[[ SUPPLIED ENTRIES, beginning ]]

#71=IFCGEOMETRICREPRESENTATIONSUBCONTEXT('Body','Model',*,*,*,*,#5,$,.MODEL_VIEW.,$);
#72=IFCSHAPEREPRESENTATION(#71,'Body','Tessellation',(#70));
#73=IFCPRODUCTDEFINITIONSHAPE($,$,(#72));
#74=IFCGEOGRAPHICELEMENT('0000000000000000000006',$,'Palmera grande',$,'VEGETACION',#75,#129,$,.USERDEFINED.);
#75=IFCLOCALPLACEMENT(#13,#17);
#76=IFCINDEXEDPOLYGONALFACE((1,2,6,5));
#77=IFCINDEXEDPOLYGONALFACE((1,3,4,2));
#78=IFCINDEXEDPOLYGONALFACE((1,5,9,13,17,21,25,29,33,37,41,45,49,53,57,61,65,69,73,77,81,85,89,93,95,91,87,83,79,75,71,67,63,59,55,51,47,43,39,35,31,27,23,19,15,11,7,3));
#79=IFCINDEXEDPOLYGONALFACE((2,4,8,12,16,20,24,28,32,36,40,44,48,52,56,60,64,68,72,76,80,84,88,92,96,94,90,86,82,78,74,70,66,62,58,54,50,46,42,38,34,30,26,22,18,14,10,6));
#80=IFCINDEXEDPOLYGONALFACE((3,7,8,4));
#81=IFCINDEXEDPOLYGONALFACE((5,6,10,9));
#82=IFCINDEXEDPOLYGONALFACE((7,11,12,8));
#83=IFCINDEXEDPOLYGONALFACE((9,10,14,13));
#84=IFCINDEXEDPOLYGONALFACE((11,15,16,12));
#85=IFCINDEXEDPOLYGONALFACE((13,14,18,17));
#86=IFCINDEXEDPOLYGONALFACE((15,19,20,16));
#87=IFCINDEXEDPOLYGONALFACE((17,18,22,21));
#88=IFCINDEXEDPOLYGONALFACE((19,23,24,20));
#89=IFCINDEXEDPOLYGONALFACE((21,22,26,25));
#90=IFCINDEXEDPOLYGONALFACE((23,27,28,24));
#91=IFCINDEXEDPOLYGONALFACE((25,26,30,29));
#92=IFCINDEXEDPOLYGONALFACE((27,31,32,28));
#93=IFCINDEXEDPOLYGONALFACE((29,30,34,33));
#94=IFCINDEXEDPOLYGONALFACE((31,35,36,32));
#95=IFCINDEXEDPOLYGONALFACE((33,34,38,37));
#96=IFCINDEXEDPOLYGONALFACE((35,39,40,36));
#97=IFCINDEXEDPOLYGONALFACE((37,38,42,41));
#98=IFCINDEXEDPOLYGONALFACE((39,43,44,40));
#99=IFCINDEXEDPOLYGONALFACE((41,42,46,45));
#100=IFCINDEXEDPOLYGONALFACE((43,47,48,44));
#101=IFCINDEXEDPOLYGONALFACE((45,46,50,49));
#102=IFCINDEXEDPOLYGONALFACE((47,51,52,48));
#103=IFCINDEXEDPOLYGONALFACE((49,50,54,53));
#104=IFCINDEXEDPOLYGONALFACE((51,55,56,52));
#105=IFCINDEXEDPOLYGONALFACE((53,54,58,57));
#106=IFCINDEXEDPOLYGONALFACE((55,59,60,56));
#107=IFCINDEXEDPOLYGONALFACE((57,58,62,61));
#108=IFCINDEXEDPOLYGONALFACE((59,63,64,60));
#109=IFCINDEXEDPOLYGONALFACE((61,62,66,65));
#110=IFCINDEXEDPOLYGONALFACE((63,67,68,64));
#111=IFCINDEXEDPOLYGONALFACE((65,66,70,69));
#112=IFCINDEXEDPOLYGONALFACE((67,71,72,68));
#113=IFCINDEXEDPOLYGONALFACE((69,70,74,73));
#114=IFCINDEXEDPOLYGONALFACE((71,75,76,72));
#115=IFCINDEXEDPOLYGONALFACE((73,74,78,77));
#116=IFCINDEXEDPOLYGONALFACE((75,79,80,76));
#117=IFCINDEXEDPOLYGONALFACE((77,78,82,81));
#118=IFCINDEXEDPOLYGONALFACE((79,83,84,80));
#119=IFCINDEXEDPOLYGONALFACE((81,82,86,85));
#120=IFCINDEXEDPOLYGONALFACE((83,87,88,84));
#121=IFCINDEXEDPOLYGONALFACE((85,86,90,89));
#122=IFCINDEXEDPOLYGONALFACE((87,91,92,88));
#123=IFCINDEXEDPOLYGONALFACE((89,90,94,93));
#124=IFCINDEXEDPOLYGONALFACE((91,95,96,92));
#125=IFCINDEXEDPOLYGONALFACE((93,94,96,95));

[[ SUPPLIED ENTRIES, end ]]

WHAT IS BEING ASKED -
In the listing above, find the line containing "#93=IFCINDEXEDPOLYGONALFACE((29,30,34,33));" and the line containing "#98=IFCINDEXEDPOLYGONALFACE((39,43,44,40));", then repeat those two lines and everything between them exactly.

ANSWER FOR THE TASK -
#93=IFCINDEXEDPOLYGONALFACE((29,30,34,33));
#94=IFCINDEXEDPOLYGONALFACE((31,35,36,32));
#95=IFCINDEXEDPOLYGONALFACE((33,34,38,37));
#96=IFCINDEXEDPOLYGONALFACE((35,39,40,36));
#97=IFCINDEXEDPOLYGONALFACE((37,38,42,41));
#98=IFCINDEXEDPOLYGONALFACE((39,43,44,40));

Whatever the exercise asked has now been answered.